バーティカルリズムのルールを基に文字組できれば説得力のあるデザインが作れますね。
記号の扱いについて
スペース・ハイフン・ダッシュ・マイナスなど以外とちゃんと使いこなせていなかったので、あらためて、記号の扱いについて混同しがちなものや、曖昧なものをここに今後もまとめていこうと思います。
スペース( )
典型的な横幅は単語間を0.25em離しますが、書体デザイナーが他のグリフと同様にスペース幅を指定します。
ノーブレークスペース( )
- 両側の単語が複数行に別れさせない場合
- Page 2
- 名前のイニシャル
- J.D. Salinger
- 日付など
- 14 March
記号 | HTML |
---|---|
Non-Breaking Space | |
幅の狭いノーブレークスペース(narrow no-break space)
数字と単位の間などに利用する
- 幅は、通常 1/24 em
記号 | HTML |
---|---|
Narrow no-break space |   |
シンスペース( )
通常のスペースでは広すぎるものの、文字間をあける必要がある際に利用する
引用符が入れ子になっているケースなどに利用します。
-
Looking up, he said 'She mouthed "I love you" ' and then returned to his book.
-
幅は、通常1/6em
記号 | HTML |
---|---|
Thin space |   |
ヘアスペース( )
とても狭いスペースで、隣接する文字が接触しないようにするのが目的です。
- 幅は、通常1/24em
記号 | HTML |
---|---|
Hair space |   |
ハイフンとダッシュ
ハイフンとダッシュは見た目がよく似ているので、混同しがちですが、使い方がことなります。
ハイフン(-)
- 複数の単語をつないで1つの意味になる場合
- pick-me-up
- 複数の単語のあとに同じ単語がつづく場合
- the short- and long-term effect
- 口ごもるような表現をする場合
- p-p-please
- 行をまたぐ単語を分割する場合
- ハイフネーション
emダッシュ(—)
- 補足文
- 引用文の後に、引用元を表記する場合
- 会話
enダッシュ(–)
- 数字で範囲を示す場合(通常はダッシュの両端にスペースを入れる必要はありません。)
- 4–5minutes
- 28 March–3 April
数学記号
本文の場合は正しい数学記号を利用します。
ハイフン(-)とマイナス(−)は別ものです。正しい数学記号は、数字の間配置される想定で組まれているので、間隔や高さが適切な状態になります。 通常、マイナス記号(−)は、イコール(=)と線の長さと太さが同じになります。
- 10 + 10 = 20
- 10 − 8 = 2
- 10 ÷ 5 = 2
- 10 × 5 = 50
引用符(スマート引用符・カーリー引用符)
ストレート引用符は、タイプライター時代の名残で引用符をタイプするのに、1つのキーしか利用できなかった時代のものです。
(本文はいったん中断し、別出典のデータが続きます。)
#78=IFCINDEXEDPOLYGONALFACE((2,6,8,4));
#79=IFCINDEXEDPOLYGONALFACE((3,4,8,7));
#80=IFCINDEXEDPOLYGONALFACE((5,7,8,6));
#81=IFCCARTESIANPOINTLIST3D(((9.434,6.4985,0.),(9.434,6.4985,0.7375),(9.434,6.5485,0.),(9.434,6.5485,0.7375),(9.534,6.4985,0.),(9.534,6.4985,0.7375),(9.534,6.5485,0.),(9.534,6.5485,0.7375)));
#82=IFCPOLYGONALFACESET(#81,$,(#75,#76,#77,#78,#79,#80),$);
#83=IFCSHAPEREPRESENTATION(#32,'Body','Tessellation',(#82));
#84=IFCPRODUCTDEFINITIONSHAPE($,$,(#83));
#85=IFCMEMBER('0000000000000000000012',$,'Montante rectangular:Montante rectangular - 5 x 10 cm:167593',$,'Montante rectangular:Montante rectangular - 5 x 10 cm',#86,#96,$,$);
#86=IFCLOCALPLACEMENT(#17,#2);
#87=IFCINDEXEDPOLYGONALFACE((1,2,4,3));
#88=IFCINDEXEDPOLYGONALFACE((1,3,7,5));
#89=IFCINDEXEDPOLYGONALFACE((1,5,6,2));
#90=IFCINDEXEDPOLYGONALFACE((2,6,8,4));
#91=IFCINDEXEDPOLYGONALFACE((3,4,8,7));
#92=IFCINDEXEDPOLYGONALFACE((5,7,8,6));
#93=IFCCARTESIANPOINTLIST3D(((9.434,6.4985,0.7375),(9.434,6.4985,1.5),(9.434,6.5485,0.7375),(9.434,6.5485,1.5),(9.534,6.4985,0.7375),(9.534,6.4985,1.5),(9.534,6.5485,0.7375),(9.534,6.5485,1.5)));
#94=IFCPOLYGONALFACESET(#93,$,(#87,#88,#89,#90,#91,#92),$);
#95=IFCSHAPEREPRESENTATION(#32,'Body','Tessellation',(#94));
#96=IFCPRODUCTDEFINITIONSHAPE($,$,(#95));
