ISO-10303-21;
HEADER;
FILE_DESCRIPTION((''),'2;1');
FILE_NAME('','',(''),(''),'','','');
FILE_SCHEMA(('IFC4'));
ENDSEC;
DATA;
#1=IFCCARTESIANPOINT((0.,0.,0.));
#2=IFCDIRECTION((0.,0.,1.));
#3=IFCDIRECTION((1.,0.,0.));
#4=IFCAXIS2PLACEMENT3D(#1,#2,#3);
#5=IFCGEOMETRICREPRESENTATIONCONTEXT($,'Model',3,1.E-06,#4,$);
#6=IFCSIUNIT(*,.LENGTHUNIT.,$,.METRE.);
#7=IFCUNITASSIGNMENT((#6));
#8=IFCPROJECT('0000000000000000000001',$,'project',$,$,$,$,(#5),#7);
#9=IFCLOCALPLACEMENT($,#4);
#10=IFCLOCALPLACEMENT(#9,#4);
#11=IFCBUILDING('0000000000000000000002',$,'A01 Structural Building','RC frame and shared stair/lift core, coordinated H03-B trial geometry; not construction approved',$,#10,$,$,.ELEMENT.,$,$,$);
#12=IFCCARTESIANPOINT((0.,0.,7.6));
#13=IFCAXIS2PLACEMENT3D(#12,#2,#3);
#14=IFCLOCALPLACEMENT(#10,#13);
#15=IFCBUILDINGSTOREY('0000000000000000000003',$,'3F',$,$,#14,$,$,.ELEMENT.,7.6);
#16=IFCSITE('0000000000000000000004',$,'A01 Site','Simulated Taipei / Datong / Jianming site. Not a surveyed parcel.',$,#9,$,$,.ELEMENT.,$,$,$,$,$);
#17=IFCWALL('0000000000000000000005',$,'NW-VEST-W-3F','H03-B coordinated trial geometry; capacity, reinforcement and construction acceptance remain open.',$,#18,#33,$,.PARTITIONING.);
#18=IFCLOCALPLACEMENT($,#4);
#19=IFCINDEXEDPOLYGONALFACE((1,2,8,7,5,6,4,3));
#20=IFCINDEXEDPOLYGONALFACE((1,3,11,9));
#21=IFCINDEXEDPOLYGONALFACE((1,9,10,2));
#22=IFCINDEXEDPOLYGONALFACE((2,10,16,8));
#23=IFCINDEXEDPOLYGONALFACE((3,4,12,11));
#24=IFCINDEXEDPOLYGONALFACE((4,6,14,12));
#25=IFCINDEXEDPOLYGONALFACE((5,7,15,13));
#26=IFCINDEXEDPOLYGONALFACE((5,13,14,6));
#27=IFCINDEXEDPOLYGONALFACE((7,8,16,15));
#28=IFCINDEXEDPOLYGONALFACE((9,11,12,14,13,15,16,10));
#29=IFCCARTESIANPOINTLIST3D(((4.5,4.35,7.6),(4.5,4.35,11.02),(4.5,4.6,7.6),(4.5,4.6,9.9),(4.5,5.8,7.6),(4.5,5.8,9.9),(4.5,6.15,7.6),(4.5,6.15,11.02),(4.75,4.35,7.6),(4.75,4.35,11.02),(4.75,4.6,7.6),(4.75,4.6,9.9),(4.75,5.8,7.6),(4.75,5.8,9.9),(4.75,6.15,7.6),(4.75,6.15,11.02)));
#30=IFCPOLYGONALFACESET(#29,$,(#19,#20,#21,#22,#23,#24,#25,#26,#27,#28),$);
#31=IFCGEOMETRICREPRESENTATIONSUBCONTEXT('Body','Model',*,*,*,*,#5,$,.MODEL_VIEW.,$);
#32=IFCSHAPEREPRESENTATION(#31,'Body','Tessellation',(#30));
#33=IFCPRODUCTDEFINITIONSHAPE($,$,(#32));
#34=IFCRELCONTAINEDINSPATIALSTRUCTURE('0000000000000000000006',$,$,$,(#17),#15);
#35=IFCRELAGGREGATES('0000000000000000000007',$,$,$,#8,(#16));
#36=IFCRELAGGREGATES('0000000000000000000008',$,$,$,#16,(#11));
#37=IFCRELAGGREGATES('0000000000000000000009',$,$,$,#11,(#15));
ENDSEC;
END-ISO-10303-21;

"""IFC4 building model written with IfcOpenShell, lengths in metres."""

from ifc_helpers import new_model, si_unit, frame, origin_with_axes, place, context, subcontext, project, spatial, polyline, outline, extrude, element, save


model = new_model("IFC4")

# Units and contexts
model_context = context("Model", 3, precision=1e-06, world=origin_with_axes())
body_context = subcontext(model_context, "Body", "Model", "MODEL_VIEW")
ifc_project = project(units=[si_unit("LENGTHUNIT", "METRE")], contexts=[model_context])

# Site, building, storey
site_placement = place(None, origin_with_axes())
site = spatial("IfcSite", under=ifc_project, at=site_placement, Name="A01 Site", Description="Simulated Taipei / Datong / Jianming site. Not a surveyed parcel.", CompositionType="ELEMENT")
building_placement = place(site_placement, origin_with_axes())
building = spatial("IfcBuilding", under=site, at=building_placement, Name="A01 Structural Building", Description="RC frame and shared stair/lift core, coordinated H03-B trial geometry; not construction approved", CompositionType="ELEMENT")
storey_placement = place(building_placement, frame((0.0, 0.0, 7.6), z_axis=(0.0, 0.0, 1.0), x_axis=(1.0, 0.0, 0.0)))
storey = spatial("IfcBuildingStorey", under=building, at=storey_placement, Name="3F", CompositionType="ELEMENT", Elevation=7.6)

# Shared definitions
placement = place(None, origin_with_axes())

# Wall, opening
wall_1 = element("IfcWall", 1, at=placement, inside=storey, Name="NW-VEST-W-3F", Description="H03-B coordinated trial geometry; capacity, reinforcement and construction acceptance remain open.", PredefinedType="PARTITIONING", context=body_context, shape_type="SweptSolid", body=[
    extrude(outline(polyline([(4.75, 4.35), (4.75, 6.15), (4.5, 6.15), (4.5, 4.35), (4.75, 4.35)])), frame((0.0, 0.0, 7.6), z_axis=(0.0, 0.0, 1.0), x_axis=(1.0, 0.0, 0.0)), (0.0, 0.0, 1.0), 3.42),
])
element("IfcOpeningElement", 2, at=placement, cuts=wall_1, PredefinedType="OPENING", context=body_context, shape_type="SweptSolid", body=[
    extrude(outline(polyline([(4.8, 4.6), (4.8, 5.8), (4.45, 5.8), (4.45, 4.6), (4.8, 4.6)])), frame((0.0, 0.0, 7.6), z_axis=(0.0, 0.0, 1.0), x_axis=(1.0, 0.0, 0.0)), (0.0, 0.0, 1.0), 2.3),
])

save(model, "model.ifc")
本文では、正しい引用符(‘’と“”)を利用するようにしましょう。
-
イギリス英語
‘The “Stunt typographer” learns the fickleness of rich men who hate to read.’ -
アメリカ英語
“The ‘Stunt typographer’ learns the fickleness of rich men who hate to read.”
記号一覧
記号 | HTML |
---|---|
Hair space |   |
Thin space |   |
– En dash | – |
— Em dash | — |
− Minus | − |
× Multiply | × |
÷ Divide | ÷ |
‘ Left single quote | ‘ |
’ Right single quote | ’ |
“ Left double quote | “ |
” Right double quote | ” |
& Ampersand | & |
… Ellipsis | … |
′ Single prime | ′ |
″ Double prime | ″ |
° Degree | ° |
· Middle dot | · |
• Bullet | • |
© Copy right | @copy; |
® Registered trademark | ® |
™ Trademark | ™ |
まとめ
今回は、基礎となる考え方を紹介しましたが、活版印刷時代の名残がたくさんあり、
熟練の印刷工・植字工の直感が現代数学的に導き出したスケールとほとんど同じだったりと驚きました。 説得力のあるキレイな文字組をできるようになりたいですね。